Evan’s pre-pluck-look was centimetre thick but shapely. With a tendency to meet mid-brow. They certainly don’t meet mid-brow now. And I’m not sure my measuring tape could record the width.

He unveiled ‘the diva look’ for the first time last weekend. It was late last Saturday night, and there was a gathering of the generations – his granny and granpa; mum and dad; eldest brother and girlfriend; younger siblings and cats – all gathered around the kitchen table laughing, drinking, swapping stories of our week and eating snacks.

At first – and I mean a ‘fraction of a second’ fleeting first glance in the general direction ‘at first’ – we didn’t react.

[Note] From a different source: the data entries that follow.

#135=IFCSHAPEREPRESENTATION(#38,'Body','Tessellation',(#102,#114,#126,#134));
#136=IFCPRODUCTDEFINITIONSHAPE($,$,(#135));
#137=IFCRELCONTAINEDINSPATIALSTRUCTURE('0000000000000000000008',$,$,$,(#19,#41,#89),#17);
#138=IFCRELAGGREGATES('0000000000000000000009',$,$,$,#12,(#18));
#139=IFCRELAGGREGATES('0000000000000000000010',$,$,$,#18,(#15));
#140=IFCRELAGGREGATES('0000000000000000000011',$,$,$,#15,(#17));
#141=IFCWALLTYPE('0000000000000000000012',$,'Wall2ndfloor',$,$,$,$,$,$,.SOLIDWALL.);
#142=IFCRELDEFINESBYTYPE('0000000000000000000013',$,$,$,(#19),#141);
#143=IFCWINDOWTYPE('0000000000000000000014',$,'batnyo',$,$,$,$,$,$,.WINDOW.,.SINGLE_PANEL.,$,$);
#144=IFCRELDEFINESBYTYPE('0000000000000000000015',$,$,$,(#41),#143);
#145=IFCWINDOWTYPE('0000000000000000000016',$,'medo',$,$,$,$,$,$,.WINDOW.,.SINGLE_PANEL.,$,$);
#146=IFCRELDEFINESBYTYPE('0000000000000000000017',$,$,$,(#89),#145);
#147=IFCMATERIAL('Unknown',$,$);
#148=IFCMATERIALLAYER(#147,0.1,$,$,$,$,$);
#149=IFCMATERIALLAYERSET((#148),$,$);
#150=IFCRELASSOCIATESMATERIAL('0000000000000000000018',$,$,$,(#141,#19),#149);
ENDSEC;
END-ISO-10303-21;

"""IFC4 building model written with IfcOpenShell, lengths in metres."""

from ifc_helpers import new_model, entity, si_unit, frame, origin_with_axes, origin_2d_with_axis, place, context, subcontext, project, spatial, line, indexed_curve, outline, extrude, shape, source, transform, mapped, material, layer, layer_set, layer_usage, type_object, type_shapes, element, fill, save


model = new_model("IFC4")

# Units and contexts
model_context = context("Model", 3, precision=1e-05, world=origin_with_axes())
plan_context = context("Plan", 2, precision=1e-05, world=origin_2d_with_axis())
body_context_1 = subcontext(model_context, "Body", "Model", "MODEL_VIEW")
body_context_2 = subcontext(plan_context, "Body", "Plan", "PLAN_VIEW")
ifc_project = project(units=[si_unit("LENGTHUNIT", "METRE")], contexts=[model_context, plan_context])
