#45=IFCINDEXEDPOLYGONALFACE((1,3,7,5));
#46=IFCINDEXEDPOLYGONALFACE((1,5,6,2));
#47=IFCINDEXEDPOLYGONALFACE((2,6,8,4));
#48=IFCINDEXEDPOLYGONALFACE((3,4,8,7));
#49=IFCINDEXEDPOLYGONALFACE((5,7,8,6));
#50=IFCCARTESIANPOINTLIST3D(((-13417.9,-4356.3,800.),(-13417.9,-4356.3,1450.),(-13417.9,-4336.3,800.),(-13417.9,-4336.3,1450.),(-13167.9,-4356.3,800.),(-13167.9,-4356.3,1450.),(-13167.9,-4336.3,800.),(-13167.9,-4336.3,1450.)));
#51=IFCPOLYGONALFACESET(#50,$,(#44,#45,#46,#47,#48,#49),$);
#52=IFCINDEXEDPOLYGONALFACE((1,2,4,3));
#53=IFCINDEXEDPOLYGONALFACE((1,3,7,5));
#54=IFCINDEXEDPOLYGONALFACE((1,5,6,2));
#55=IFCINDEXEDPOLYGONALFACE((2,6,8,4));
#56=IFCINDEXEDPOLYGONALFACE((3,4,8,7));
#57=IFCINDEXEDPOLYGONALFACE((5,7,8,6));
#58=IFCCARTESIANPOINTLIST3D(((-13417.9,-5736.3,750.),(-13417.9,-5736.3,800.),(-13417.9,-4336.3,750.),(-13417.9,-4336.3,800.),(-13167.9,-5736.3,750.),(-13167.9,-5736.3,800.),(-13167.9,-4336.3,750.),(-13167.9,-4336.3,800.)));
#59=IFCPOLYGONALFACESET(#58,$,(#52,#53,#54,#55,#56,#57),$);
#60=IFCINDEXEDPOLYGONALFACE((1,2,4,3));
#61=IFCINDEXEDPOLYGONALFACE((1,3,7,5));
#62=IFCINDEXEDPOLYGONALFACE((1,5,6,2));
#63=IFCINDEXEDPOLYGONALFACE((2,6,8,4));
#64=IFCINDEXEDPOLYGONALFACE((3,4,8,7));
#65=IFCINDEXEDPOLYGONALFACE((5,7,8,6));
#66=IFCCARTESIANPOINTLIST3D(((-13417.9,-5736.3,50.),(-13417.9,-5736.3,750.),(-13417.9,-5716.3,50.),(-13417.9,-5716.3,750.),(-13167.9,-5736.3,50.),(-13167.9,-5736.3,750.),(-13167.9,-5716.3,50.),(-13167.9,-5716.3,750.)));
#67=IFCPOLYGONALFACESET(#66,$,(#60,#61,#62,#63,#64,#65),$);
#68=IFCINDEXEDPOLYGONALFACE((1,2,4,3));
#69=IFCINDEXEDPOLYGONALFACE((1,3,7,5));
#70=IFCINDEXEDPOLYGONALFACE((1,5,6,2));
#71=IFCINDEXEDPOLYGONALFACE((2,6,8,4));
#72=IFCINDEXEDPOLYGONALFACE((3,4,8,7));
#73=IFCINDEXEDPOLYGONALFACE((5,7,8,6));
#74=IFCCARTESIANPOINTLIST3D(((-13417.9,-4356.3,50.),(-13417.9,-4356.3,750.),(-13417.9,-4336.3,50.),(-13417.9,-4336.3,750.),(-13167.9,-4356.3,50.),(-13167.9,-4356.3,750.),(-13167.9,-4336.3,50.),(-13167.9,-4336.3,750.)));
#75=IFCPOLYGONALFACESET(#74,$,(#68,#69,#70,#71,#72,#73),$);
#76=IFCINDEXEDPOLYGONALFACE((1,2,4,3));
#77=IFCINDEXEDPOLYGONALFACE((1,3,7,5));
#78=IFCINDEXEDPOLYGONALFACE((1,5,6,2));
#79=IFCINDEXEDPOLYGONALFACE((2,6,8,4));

And then it began. Carrie’s sharp intake of breath and choking guffaw. Lewis – resolutely black and white in his role-definition (‘real men don’t pluck or at least don’t pluck as much as that’) – giving a heartfelt: Oh ffs what have you done now you total fanny – exclamation of disgust. Papa Jaime just shaking his head, speechless – but (and this was really weird – at least, coming from my father it was) latterly defending Evan’s right to do it. Mamie giving it her best shot with Well, maybe it’s the fashion…Is it the fashion Evan…? … Oh…It’s not…?…Oh, well then, they’ll grow in soon enough… Robert shrugging with aye, he’s jist a lad… and to Evan: Was she good-looking then? Did you score? The wee ones laughing and laughing and going OTT with their pointing and laughing Evan, your face is like a bum now…hahahahahahahaha.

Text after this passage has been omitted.